The bazal 15 cm of depositis eutrophic sedge-sphagnum peat (I on Figure 5). After this, the content of sphagnums decreases, and the main thickness of the deposit is composed by sedge (II), Scheuchzeria-sedge (III) and dwarf shrub-sedge (IV) eutrophic peats. The upper 75 cm of the deposit transitions to sedge-dwarf shrub peat (V) consisting of two layers with Sphagnum magellanicum s.l. and S. fuscum. The degree of decomposition in the lower part of the deposit amounts to 60%, varying between 30–60% along the whole thickness and decreasing to 5–15% close to the surface. The upper 30 cm contain immature peat—the tirr of Sphagnum fuscum over the entangled stems of the dwarf shrubs. At the depth of 50–100 cm is a water layer with peat-suspended solids. At the depth of 1.35–1.8 and 2.75–3 m, there is a slight mixture of fine-gritty sand.

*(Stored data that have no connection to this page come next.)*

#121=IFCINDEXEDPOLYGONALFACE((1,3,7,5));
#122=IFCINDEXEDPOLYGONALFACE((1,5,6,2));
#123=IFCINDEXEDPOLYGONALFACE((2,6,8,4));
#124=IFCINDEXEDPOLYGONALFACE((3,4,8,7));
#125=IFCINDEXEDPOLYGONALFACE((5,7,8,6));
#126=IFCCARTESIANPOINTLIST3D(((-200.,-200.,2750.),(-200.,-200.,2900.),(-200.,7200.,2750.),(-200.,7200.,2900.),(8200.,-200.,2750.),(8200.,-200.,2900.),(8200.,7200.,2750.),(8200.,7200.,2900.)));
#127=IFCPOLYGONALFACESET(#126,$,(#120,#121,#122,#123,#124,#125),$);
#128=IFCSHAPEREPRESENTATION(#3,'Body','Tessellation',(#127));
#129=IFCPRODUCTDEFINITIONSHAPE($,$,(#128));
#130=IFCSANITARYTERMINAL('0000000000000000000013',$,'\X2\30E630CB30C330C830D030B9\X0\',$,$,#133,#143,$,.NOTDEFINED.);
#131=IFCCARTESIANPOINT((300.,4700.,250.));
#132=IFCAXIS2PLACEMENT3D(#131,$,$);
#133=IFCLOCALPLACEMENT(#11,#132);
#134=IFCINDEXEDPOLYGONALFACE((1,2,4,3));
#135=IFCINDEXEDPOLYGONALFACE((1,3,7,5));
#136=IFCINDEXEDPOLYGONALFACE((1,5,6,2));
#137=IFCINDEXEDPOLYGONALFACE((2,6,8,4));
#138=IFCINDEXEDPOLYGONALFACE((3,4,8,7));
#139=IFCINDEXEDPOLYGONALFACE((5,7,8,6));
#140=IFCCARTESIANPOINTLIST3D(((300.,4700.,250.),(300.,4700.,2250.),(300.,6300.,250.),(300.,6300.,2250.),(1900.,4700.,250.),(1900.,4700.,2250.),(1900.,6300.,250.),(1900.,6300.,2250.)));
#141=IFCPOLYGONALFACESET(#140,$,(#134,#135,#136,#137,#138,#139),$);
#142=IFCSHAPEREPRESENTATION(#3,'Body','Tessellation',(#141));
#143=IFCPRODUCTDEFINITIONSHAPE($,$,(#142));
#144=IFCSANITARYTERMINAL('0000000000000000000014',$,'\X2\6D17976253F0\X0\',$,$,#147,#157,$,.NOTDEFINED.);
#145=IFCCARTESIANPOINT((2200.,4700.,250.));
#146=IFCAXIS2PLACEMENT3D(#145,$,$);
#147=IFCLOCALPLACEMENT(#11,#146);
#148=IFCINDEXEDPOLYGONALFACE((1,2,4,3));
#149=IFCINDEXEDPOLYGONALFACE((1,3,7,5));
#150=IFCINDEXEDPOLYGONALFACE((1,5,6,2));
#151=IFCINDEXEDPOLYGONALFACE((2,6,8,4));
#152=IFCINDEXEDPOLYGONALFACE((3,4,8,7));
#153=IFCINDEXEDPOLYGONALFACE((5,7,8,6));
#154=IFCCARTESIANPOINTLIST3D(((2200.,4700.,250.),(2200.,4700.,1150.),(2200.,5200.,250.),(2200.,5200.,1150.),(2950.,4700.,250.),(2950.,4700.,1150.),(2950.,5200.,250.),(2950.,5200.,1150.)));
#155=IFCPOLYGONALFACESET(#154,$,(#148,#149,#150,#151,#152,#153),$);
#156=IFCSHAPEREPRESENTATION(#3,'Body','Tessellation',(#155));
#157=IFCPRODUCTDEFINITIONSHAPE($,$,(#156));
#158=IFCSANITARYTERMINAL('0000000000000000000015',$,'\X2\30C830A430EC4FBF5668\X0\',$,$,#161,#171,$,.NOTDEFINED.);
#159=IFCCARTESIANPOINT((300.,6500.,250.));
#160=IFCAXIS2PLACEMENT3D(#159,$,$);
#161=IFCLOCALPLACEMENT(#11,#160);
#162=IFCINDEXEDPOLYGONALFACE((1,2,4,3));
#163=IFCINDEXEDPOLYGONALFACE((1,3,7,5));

In the flark, at the peat sampling point (Figure 6), the water layer is 15 cm thick, followed below by a relatively dense 50 cm stratum of sedge peat (III). Underneath this is a 50 cm interlayer of water with peat-suspended solids. In it, just as in the underlying peat stratum at a depth of 1.65 m from the surface, are remnants of sedges and Sphagnum sect. Subsecunda (II). Deeper, there is a stratum of Scheuchzeria-sedge peat (I). The degree of decomposition increases from 25% to 35–40% at the depth of 2 m. In the lower samples, a mixture of fine-grained sand is found.

4. Discussion

The mires studied correspond to the term of aapa mires in topology, surface pattern, botanical composition and stratigraphy of deposit [7]. For the territory of the Amur River region, mires had not been studied previously.

For the region, the most typical are ridge-hollow (-pool) raised bogs, which combine complex oligotrophic fractions of Sphagnum magellanicum s.l. and S. papillosum in the central areas. Minerotrophic species are absent. Closer in terms of vegetation are the quite unique complex string-flark (shallow gully) fens, in which the strings and flarks are directed along the runoff stream [38,39,40]. In particular, similar complexes to these consist of the stretched twisty strings and path-shaped depressions between them. They are marked as some of the most spread on the right bank area of the Amur in the central parts of mari mires [38]. Their strings are dwarf shrub-herb with Carex lasiocarpa, Sphagnum magellanicum and S. imbricatum, less frequent are S. angustifolium, S. fuscum, andtheflarks are with Menyanthes trifoliata, Carex limosa, Scheuchzeria palustris, Iris laevigata and Sphagnum obtusum. V. V. Chakov [40] describes the Insky massif strings with Chamaedaphne calyculata, Ledum palustre, Sphagnum magellanicum, S. angustifolium, S. fuscum, flarks of Carex limosa, Eriophorum polystachion, Sphagnum orientale, S. balticum and S. obtusum.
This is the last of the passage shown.